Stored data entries
↓↓↓
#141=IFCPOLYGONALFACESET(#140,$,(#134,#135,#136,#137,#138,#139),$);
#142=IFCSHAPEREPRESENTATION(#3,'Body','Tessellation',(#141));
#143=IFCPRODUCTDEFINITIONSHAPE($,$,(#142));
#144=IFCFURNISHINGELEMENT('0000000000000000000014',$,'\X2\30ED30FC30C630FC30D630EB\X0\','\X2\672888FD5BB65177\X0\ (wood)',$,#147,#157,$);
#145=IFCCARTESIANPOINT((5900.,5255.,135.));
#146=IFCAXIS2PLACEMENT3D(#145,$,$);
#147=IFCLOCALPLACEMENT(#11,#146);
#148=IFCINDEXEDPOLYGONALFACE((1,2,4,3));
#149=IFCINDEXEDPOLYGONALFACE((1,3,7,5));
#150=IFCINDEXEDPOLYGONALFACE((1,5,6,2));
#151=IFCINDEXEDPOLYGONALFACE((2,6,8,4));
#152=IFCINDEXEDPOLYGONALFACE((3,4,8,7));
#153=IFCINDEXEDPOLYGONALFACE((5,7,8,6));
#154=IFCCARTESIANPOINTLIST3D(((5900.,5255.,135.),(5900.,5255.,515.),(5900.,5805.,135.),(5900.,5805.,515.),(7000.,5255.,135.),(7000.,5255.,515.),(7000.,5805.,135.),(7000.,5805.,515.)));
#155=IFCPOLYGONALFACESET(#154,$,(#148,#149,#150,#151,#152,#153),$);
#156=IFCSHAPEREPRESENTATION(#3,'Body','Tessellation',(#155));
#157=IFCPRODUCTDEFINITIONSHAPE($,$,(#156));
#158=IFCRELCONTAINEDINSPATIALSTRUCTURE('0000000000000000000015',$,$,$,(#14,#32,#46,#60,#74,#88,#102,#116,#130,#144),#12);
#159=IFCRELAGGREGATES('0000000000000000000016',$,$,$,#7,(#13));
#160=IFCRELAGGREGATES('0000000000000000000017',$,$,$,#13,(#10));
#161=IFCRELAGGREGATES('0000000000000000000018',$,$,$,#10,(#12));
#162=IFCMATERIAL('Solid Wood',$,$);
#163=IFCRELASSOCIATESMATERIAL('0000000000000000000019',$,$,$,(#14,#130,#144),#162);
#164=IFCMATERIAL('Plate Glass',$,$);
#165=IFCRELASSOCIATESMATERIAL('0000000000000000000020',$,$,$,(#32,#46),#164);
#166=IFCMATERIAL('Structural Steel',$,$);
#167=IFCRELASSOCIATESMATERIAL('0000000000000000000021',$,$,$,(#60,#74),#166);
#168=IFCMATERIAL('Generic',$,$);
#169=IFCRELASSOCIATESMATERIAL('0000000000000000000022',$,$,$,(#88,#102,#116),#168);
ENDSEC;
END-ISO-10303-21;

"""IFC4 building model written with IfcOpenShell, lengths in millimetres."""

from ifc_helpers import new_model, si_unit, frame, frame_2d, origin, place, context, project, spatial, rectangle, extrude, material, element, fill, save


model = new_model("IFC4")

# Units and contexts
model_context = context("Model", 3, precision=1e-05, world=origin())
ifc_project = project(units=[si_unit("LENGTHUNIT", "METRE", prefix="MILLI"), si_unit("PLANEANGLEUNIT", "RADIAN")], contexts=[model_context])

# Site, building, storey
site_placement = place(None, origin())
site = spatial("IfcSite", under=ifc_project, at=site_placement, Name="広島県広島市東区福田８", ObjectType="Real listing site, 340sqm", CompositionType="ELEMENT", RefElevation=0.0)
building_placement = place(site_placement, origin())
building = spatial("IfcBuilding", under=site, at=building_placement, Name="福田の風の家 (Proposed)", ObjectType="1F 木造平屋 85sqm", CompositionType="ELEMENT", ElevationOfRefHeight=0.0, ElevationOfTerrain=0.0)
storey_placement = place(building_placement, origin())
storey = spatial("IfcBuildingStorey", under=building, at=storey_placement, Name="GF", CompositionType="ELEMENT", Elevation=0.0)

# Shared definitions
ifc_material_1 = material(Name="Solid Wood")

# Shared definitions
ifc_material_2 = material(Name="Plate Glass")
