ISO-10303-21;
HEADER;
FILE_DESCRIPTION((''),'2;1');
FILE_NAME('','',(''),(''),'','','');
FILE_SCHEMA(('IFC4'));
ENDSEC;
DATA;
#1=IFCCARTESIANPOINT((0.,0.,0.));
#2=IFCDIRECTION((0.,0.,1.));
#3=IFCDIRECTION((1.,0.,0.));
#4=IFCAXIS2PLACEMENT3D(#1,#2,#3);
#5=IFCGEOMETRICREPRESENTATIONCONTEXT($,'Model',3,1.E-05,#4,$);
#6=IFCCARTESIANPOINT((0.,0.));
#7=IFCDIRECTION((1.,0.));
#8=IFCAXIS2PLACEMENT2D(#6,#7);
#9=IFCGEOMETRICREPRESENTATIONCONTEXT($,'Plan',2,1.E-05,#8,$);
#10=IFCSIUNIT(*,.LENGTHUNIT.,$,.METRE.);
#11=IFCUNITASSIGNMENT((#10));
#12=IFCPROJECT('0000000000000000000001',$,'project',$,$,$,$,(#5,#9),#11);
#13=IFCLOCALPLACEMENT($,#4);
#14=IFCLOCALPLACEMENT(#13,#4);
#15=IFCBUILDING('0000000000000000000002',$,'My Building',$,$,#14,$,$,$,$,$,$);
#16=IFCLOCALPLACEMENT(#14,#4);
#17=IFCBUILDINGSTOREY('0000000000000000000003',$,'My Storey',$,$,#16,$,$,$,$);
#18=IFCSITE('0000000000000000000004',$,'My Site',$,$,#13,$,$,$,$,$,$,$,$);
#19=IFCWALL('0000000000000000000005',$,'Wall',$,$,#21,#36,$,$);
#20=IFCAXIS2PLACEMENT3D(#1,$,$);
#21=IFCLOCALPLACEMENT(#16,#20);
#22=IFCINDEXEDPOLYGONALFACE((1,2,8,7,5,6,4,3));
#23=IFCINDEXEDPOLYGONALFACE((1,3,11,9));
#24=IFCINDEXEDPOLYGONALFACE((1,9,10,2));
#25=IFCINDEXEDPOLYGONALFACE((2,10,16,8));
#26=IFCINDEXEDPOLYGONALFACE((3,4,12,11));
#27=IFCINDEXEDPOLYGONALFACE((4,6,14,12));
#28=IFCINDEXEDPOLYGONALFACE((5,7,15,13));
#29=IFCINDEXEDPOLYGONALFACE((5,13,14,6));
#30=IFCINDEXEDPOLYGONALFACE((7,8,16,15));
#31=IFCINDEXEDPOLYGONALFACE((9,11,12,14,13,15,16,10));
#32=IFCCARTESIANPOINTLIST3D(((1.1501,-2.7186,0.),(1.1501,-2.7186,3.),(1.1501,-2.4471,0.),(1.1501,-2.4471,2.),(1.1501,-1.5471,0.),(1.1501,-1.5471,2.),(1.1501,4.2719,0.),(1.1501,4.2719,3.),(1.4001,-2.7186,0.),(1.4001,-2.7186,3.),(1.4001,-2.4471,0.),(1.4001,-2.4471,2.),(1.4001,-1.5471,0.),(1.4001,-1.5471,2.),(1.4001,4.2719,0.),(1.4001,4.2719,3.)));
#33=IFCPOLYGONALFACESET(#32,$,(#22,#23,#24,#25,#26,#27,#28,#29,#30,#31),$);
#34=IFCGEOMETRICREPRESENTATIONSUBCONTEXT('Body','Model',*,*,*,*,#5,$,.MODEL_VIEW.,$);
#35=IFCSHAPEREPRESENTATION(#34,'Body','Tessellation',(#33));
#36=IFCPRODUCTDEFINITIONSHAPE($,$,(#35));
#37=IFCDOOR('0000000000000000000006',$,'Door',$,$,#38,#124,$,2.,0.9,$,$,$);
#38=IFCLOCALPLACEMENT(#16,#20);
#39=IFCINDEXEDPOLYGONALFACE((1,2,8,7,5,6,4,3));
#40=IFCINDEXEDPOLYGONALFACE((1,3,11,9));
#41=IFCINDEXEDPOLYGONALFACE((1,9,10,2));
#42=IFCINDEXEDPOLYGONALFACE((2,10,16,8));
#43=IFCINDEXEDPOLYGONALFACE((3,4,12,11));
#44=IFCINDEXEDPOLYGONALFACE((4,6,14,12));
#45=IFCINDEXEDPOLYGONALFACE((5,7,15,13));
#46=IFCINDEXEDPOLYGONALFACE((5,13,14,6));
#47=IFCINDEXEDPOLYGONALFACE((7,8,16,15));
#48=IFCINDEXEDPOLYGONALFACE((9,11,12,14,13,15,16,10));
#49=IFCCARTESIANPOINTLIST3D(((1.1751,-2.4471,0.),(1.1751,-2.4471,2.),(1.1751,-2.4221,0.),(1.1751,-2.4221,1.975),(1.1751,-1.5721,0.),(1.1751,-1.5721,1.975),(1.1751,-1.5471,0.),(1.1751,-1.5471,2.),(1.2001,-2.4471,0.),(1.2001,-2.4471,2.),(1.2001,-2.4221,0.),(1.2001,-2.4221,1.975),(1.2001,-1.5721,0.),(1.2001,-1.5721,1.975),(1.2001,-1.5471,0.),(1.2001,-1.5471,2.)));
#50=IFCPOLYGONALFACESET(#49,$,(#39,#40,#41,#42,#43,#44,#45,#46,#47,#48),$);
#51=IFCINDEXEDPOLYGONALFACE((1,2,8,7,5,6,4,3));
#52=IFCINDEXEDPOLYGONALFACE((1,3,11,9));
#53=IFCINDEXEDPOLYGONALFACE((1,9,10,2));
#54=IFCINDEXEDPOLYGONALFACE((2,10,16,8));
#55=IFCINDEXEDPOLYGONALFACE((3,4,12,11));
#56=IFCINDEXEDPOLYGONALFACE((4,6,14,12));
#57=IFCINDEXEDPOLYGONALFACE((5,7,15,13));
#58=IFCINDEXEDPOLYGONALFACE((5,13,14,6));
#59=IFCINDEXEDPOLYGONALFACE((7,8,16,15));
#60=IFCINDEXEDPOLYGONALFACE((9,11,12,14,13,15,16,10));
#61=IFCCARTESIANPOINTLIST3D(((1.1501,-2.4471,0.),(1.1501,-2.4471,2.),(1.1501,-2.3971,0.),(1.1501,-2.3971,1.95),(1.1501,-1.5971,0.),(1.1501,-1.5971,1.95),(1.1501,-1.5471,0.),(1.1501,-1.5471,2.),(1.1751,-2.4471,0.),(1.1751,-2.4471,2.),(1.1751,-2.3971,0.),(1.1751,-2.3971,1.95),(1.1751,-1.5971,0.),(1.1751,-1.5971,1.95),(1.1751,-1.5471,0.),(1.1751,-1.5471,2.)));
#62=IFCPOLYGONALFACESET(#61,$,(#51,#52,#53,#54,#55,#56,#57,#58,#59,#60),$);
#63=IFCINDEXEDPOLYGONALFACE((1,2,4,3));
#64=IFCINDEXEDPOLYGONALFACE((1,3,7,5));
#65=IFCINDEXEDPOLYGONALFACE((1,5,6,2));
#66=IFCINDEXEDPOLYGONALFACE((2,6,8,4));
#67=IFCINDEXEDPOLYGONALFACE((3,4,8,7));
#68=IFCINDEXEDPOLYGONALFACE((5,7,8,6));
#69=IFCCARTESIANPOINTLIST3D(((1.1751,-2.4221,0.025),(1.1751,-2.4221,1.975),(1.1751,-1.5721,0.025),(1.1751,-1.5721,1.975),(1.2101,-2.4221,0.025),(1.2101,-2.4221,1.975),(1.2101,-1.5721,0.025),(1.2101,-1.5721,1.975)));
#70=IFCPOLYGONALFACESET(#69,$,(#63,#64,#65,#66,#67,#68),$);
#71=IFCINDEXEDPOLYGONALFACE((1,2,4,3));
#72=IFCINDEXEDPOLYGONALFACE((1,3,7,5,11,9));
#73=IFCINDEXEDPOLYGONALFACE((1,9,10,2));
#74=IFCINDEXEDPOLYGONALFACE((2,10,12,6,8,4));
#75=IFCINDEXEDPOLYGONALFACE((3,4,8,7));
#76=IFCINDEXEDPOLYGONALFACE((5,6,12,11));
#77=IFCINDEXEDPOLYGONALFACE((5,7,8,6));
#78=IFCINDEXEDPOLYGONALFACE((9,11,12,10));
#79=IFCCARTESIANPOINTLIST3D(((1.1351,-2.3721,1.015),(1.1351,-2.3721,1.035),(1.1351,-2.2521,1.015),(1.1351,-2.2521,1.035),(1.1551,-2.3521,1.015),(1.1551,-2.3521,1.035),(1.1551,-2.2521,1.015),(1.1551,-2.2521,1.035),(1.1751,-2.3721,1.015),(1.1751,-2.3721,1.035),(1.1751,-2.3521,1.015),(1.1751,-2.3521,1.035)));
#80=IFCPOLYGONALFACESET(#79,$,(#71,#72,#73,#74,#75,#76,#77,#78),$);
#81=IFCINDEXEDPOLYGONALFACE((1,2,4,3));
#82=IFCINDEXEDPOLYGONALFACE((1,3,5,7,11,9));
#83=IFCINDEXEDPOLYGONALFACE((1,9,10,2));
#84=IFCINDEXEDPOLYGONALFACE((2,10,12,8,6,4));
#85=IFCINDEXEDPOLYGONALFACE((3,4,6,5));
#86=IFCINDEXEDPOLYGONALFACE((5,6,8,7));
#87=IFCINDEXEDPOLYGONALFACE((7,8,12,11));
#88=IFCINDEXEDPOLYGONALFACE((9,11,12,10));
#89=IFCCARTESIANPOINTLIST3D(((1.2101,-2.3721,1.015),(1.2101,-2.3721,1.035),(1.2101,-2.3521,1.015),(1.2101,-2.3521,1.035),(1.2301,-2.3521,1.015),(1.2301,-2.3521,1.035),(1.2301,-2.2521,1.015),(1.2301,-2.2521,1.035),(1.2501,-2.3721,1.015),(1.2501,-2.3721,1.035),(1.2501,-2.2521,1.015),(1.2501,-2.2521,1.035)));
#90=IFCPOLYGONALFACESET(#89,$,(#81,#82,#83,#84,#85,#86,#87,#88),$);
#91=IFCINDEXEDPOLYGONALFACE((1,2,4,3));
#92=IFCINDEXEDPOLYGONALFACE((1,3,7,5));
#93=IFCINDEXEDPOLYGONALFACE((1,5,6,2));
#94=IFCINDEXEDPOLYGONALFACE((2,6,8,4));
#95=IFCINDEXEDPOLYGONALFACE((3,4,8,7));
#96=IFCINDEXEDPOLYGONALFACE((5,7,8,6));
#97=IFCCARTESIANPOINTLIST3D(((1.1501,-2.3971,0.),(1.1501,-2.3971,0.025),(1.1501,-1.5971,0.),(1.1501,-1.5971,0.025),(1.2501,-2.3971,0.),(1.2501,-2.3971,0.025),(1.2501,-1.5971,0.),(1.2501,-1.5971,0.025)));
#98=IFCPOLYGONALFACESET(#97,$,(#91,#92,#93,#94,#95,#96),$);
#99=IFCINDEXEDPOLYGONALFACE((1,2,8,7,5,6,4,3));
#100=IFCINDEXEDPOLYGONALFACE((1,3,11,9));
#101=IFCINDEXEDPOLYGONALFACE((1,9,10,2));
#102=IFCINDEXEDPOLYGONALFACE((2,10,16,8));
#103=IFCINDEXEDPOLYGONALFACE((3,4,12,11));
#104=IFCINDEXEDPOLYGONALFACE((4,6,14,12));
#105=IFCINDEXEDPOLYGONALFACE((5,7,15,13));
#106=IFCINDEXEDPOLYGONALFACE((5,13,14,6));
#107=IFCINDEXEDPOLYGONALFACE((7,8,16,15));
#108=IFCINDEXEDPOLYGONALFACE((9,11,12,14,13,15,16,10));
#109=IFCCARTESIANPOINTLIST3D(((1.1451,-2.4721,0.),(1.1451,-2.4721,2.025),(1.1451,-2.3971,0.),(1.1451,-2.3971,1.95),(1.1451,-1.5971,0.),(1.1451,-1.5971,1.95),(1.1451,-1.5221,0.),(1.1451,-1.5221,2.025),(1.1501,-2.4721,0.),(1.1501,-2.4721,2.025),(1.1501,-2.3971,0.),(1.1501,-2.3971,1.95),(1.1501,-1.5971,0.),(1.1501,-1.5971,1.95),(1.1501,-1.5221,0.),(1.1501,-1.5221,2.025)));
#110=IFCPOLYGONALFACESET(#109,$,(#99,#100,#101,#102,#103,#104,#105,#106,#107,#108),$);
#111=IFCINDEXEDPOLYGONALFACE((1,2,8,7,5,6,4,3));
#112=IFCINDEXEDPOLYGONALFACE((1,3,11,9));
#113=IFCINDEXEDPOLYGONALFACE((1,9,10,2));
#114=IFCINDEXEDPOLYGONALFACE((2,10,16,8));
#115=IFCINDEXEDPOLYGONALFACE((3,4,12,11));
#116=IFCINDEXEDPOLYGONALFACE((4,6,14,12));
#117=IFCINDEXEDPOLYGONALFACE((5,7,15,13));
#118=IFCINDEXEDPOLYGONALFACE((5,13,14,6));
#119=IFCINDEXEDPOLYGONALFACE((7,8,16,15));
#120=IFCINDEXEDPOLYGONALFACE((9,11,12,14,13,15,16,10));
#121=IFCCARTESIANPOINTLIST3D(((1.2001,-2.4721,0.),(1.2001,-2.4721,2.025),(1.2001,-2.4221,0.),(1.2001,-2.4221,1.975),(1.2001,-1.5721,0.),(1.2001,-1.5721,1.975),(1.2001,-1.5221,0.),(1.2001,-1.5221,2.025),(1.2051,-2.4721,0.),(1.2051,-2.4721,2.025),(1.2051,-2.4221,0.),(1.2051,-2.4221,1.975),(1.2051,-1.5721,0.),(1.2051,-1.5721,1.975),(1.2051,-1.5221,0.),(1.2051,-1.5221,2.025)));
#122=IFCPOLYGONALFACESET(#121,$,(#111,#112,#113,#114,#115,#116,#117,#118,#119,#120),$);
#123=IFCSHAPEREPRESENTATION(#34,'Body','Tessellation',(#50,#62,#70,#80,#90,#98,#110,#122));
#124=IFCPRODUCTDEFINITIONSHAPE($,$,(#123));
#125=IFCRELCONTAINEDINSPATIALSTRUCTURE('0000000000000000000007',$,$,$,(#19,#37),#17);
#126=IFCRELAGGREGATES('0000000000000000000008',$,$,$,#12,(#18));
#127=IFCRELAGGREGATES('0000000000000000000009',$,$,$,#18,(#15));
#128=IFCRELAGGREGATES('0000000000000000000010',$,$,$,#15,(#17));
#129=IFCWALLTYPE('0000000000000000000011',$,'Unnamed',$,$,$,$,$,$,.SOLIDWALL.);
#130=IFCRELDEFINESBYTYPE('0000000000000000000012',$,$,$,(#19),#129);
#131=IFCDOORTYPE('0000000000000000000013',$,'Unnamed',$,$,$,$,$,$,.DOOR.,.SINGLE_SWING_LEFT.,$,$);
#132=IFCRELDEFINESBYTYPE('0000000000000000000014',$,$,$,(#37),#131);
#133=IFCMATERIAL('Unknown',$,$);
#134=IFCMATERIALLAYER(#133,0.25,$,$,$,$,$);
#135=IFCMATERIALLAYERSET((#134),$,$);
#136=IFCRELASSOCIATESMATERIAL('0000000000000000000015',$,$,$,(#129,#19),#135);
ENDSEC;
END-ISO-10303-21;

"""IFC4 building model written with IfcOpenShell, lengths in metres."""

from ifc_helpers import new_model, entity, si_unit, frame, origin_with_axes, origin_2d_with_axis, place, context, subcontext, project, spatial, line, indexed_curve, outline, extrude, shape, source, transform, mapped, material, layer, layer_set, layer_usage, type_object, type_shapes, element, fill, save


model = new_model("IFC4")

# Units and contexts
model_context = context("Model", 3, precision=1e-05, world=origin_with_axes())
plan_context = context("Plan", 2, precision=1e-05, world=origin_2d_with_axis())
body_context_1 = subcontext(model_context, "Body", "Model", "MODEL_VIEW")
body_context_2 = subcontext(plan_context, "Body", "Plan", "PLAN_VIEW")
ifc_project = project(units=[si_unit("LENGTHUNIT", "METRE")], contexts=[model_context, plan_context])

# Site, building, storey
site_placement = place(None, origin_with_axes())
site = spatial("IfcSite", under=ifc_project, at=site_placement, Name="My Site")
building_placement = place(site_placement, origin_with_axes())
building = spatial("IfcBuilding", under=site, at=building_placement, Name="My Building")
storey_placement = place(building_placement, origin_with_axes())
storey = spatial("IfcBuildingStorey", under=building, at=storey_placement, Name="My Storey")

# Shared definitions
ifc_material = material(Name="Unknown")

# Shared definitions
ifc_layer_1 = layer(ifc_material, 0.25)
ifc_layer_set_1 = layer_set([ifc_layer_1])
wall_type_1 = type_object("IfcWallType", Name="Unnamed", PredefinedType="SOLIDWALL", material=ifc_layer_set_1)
↑↑↑
#### Task details:
Could you restate, word for word, the lines above from the one with "#35=IFCSHAPEREPRESENTATION(#34,'Body','Tessellation',(#33));" to the one with "#53=IFCINDEXEDPOLYGONALFACE((1,9,10,2));", both included?

#### Finished exercise:
#35=IFCSHAPEREPRESENTATION(#34,'Body','Tessellation',(#33));
#36=IFCPRODUCTDEFINITIONSHAPE($,$,(#35));
#37=IFCDOOR('0000000000000000000006',$,'Door',$,$,#38,#124,$,2.,0.9,$,$,$);
#38=IFCLOCALPLACEMENT(#16,#20);
#39=IFCINDEXEDPOLYGONALFACE((1,2,8,7,5,6,4,3));
#40=IFCINDEXEDPOLYGONALFACE((1,3,11,9));
#41=IFCINDEXEDPOLYGONALFACE((1,9,10,2));
#42=IFCINDEXEDPOLYGONALFACE((2,10,16,8));
#43=IFCINDEXEDPOLYGONALFACE((3,4,12,11));
#44=IFCINDEXEDPOLYGONALFACE((4,6,14,12));
#45=IFCINDEXEDPOLYGONALFACE((5,7,15,13));
#46=IFCINDEXEDPOLYGONALFACE((5,13,14,6));
#47=IFCINDEXEDPOLYGONALFACE((7,8,16,15));
#48=IFCINDEXEDPOLYGONALFACE((9,11,12,14,13,15,16,10));
#49=IFCCARTESIANPOINTLIST3D(((1.1751,-2.4471,0.),(1.1751,-2.4471,2.),(1.1751,-2.4221,0.),(1.1751,-2.4221,1.975),(1.1751,-1.5721,0.),(1.1751,-1.5721,1.975),(1.1751,-1.5471,0.),(1.1751,-1.5471,2.),(1.2001,-2.4471,0.),(1.2001,-2.4471,2.),(1.2001,-2.4221,0.),(1.2001,-2.4221,1.975),(1.2001,-1.5721,0.),(1.2001,-1.5721,1.975),(1.2001,-1.5471,0.),(1.2001,-1.5471,2.)));
#50=IFCPOLYGONALFACESET(#49,$,(#39,#40,#41,#42,#43,#44,#45,#46,#47,#48),$);
#51=IFCINDEXEDPOLYGONALFACE((1,2,8,7,5,6,4,3));
#52=IFCINDEXEDPOLYGONALFACE((1,3,11,9));
#53=IFCINDEXEDPOLYGONALFACE((1,9,10,2));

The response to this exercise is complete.